Nel mese di ottobre 2000, la Regione Piemonte, aderendo agli impegni di

“Carta 2000”ed all’iniziativa europea della Settimana della sicurezza sul lavoro, ha organizzato una serie di incontri con le parti sociali per affrontare in modo concertato i problemi e definire le regole per procedere con maggiore determinazione al raggiungimento dell’obiettivo di riduzione degli infortuni sul lavoro e delle patologie professionali.

In sostanza, l’iniziativa ha voluto essere il punto di partenza di una priorità politica che l’amministrazione regionale intende perseguire, nello spirito della massima concertazione possibile con le parti sociali e nel rispetto dei diversi ruoli.
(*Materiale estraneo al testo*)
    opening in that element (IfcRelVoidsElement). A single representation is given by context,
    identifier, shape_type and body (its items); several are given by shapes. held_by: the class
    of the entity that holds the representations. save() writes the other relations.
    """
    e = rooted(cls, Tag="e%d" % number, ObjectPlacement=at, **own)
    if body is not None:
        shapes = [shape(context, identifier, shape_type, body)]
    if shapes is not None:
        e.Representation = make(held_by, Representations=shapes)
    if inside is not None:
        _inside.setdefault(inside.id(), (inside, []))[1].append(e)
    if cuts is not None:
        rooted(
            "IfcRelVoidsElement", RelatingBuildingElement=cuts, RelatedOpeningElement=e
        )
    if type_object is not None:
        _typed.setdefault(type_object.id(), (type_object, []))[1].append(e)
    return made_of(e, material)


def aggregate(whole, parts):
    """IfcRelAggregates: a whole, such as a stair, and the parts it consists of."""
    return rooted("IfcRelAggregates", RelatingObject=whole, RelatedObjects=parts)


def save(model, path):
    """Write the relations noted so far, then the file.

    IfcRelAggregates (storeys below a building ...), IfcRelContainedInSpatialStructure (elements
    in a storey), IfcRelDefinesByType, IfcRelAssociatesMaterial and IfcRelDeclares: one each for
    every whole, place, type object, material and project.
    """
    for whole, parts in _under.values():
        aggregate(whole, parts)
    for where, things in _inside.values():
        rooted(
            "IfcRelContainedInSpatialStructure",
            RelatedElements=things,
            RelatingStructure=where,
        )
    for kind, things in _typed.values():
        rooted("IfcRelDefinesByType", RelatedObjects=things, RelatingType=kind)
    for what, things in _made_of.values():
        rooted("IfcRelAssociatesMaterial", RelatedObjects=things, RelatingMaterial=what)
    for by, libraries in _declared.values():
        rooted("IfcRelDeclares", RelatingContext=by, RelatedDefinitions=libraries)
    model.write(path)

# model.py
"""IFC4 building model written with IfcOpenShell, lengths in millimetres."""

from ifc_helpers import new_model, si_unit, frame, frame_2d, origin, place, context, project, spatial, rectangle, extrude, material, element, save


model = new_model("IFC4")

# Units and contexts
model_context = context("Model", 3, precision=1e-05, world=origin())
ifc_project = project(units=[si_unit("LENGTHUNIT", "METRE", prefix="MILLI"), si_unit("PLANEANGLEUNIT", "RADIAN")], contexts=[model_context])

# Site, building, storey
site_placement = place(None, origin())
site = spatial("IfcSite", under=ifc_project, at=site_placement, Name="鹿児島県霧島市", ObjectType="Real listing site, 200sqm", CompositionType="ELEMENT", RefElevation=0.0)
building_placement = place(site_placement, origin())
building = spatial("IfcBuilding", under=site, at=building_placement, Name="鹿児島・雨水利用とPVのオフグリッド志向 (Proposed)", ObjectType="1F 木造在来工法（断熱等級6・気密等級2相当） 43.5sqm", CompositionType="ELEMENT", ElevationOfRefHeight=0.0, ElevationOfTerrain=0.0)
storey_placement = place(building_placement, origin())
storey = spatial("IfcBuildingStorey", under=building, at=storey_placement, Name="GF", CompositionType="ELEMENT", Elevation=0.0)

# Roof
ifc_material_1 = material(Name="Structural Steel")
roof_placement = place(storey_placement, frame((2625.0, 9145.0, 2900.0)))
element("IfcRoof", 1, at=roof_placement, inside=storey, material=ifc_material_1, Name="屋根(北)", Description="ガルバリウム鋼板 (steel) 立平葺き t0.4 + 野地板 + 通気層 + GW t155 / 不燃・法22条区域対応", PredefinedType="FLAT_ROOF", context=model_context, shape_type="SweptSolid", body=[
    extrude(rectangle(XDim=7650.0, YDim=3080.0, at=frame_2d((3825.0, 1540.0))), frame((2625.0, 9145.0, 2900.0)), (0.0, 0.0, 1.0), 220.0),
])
La regione ha inteso, così, svolgere pienamente il proprio ruolo di coordinamento, programmazione e indirizzo sulla base delle linee programmate riassunte nel documento “Carta 2000”, nella certezza di contribuire, per quanto di competenza, al salto qualitativo che porterà finalmente anche l’Italia al livello europeo per quanto concerne i livelli di incidenza degli infortuni sul lavoro, delle patologie di natura professionale ed il loro costo sociale.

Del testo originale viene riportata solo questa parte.